Um exemplo: um dia destes, fiquei a saber que posso instalar uma geringonça qualquer no telemóvel da namorada para saber, a todo o tempo, por anda. Primeira observação: a publicidade ranhosa anuncia o estrondoso aplicativo para namorados que queiram controlar a vida de namoradas (e vice versa; e vice-versa do vice-versa, para não arrostar a acusação de homofóbico). Ultrapassada a fase em que somos namorados, o serviço deixa de estar disponível? Quando casamos, ou quando passamos a viver em união de facto, já estamos fora do alcance da engenhoca que antes nos tinha sido secretamente colocada no telemóvel? A discriminação devia ser explicada. Como se entende que só quem esteja na febril etapa do namoro desconfie da pessoa amada? Ou seja: os ciúmes – o grande nutriente da desconfiança (ou vice-versa?) – só fazem sentido antes de as duas pessoas juntarem os trapinhos.
Quando os olhos viram o absurdo anúncio, esta foi a interrogação que surgiu: há quem esteja interessado em controlar todos os passos da pessoa que tem como sua/seu namorada/o? Desconheço se esta inventiva inovação é coisa internacional, ou se é uma reminiscência indígena da cultura da "bufaria" que não hesitava em espiolhar a vida alheia. Se é mais uma trave-mestra da nossa idiossincrasia, continuamos a definhar na salazarenta, mesquinha, muito pequenina forma de ser e de estar. Não quero comprar uma guerra de gerações, mas arriscava a adivinhar que os inventores do perverso aplicativo de telecomunicações são gente de tenra idade. Tão tenra idade que nem sequer têm ideia que antes de 1974 vivemos quarenta e oito anos de demorada e obscura ditadura, com falta de respeito pelos direitos individuais e pela privacidade. Que nessa altura era uma palavra vã. E agora parece que volta a ter o significado diluído na demência de quem convive com a intrusão na vida de outra pessoa como se fosse um acto normal.
Haverá quem, no seu bom juízo, tenha insidiosamente instalado o dito aplicativo no telemóvel da pessoa amada? Corrija-se, pois, a frase anterior: é que as palavras "pessoa" e "amada" devem ser entrecortadas pelo vocábulo "supostamente". Quando a desconfiança chega a este ponto, já só uma patologia mental invade os seus fautores. Quem confunde um sentimento com a necessidade de espiar todos os passos de outra pessoa é porque está doente, e muito. O pior dos males é haver quem considere normal ser espião desta maneira, por estes motivos.

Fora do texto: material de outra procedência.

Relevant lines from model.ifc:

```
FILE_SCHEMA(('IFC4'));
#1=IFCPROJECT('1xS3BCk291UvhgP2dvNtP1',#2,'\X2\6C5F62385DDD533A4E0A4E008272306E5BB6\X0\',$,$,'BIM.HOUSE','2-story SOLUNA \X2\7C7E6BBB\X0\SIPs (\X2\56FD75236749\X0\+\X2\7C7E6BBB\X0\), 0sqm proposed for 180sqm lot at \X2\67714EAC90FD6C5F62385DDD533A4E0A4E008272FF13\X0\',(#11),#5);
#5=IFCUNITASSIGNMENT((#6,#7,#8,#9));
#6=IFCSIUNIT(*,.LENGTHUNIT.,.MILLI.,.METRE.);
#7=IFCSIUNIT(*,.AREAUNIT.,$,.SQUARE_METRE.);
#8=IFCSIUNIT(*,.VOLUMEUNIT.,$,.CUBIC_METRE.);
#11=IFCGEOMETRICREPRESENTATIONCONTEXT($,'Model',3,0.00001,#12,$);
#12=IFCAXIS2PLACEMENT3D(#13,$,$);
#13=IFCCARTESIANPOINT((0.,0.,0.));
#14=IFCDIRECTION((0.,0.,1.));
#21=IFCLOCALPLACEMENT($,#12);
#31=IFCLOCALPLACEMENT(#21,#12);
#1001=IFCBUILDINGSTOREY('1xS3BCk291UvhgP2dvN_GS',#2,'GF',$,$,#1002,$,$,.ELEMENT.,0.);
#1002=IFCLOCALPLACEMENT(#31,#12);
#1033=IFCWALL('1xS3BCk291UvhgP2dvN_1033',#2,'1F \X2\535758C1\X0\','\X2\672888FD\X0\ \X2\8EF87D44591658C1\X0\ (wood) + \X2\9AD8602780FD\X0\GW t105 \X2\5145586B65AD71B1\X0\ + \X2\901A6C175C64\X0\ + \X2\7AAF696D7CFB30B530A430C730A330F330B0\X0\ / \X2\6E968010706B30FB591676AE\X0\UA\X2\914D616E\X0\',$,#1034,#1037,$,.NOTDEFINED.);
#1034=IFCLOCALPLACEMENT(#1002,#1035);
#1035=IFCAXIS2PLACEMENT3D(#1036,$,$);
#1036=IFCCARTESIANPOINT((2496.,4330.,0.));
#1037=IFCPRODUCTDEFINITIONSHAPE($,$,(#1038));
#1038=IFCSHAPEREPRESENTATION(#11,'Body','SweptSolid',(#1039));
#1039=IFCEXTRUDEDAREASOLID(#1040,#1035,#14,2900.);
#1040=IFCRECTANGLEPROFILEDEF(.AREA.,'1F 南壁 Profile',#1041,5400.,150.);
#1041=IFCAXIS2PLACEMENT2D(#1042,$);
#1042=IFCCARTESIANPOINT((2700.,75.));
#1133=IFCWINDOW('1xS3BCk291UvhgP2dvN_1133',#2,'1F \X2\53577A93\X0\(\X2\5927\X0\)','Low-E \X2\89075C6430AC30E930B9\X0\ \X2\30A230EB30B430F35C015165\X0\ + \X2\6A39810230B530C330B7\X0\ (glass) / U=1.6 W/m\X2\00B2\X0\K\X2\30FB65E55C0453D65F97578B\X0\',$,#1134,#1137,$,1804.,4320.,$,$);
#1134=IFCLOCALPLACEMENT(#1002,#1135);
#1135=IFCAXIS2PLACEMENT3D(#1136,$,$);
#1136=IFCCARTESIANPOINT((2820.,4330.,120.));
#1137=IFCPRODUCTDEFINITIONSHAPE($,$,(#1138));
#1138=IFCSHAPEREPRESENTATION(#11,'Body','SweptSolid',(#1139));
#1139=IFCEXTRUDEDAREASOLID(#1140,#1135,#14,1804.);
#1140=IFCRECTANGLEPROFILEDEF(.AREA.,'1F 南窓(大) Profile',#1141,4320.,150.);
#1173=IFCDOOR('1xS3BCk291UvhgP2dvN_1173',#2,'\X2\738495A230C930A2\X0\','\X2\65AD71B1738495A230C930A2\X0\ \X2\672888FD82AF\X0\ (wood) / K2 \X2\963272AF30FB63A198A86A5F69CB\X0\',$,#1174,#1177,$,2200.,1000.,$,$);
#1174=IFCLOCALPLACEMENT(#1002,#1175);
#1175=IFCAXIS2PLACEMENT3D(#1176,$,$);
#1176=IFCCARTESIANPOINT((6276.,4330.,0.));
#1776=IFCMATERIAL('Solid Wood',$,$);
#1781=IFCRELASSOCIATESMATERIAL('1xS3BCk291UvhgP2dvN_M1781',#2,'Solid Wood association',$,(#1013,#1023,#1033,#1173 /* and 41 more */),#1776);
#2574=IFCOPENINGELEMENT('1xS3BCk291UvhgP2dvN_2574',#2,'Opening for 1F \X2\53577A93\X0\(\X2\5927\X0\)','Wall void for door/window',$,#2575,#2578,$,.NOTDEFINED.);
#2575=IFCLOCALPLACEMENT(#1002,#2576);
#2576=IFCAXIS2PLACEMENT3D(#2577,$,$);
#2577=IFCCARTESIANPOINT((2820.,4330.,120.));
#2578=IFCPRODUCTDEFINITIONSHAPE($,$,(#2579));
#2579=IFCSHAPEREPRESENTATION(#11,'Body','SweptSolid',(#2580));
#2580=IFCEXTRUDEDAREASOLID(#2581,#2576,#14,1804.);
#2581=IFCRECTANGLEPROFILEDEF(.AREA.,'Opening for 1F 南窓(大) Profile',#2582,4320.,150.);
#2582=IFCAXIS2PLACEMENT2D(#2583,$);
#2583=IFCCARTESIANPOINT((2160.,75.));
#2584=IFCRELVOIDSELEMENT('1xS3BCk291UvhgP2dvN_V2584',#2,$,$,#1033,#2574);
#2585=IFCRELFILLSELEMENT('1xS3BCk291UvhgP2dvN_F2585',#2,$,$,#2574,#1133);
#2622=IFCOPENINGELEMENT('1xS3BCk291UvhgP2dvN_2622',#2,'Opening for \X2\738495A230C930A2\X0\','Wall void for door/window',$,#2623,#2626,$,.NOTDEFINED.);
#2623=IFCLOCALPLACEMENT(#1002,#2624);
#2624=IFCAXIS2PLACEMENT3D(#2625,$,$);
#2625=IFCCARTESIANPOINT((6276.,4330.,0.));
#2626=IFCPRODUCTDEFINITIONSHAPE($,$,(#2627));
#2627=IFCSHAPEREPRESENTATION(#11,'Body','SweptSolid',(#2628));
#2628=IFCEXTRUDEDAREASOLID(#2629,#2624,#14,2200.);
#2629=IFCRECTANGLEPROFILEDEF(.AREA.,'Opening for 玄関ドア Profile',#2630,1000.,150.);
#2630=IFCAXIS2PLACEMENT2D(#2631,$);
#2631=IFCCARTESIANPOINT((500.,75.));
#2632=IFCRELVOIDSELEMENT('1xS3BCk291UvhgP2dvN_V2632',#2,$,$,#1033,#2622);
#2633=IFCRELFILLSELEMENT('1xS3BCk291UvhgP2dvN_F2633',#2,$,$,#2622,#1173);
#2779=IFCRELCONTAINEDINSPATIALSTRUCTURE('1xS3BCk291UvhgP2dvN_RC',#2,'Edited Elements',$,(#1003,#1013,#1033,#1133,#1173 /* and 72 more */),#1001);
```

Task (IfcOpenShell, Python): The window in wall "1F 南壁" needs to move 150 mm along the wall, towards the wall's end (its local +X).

```python
import ifcopenshell
import ifcopenshell.api.geometry
import ifcopenshell.util.placement
import ifcopenshell.util.unit

model = ifcopenshell.open("model.ifc")
unit_scale = ifcopenshell.util.unit.calculate_unit_scale(model)

window = model.by_guid("1xS3BCk291UvhgP2dvN_1133")
opening = window.FillsVoids[0].RelatingOpeningElement
wall = opening.VoidsElements[0].RelatingBuildingElement

wall_matrix = ifcopenshell.util.placement.get_local_placement(wall.ObjectPlacement)
shift = wall_matrix[:3, 0] * 0.15 / unit_scale
before = ifcopenshell.util.placement.get_local_placement(window.ObjectPlacement)[:3, 3].copy()

# The window is not placed relative to its opening, so move both.
for product in (opening, window):
    matrix = ifcopenshell.util.placement.get_local_placement(product.ObjectPlacement)
    matrix[:3, 3] += shift
    ifcopenshell.api.geometry.edit_object_placement(model, product=product, matrix=matrix, is_si=False)

after = ifcopenshell.util.placement.get_local_placement(window.ObjectPlacement)[:3, 3]
print("window moved by", (after - before).round(3) + 0.0)

model.write("model_edited.ifc")
```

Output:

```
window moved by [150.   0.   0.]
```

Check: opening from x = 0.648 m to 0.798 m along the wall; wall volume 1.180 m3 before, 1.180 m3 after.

É todo um programa de comportamento para o futuro. Gente que entrará para a administração pública e que, nas horas vagas, se entretém a vasculhar os dados pessoais de quem apareça nas bases de dados. Isto sim, é retrocesso civilizacional.
Outro exemplo: há uma marosca qualquer que nos permite saber o dia em que vamos morrer. Talvez por ter pavor da morte, nem sequer considero a hipótese de alguém ser assaltado pela curiosidade e meter-se pelos caminhos da charlatanice só para ter uma ideia de quando vai "desta para melhor" (na minha maneira de ver, "desta para pior"). É que só pode ser charlatanice, para começar. E, mesmo que o não fosse, quem no seu juízo está interessado em saber por quanto mais tempo vai continuar entre os vivos?
Se estas bojardas publicitárias têm sucesso, então só me apetece dizer que estamos (quase) todos loucos. De vez.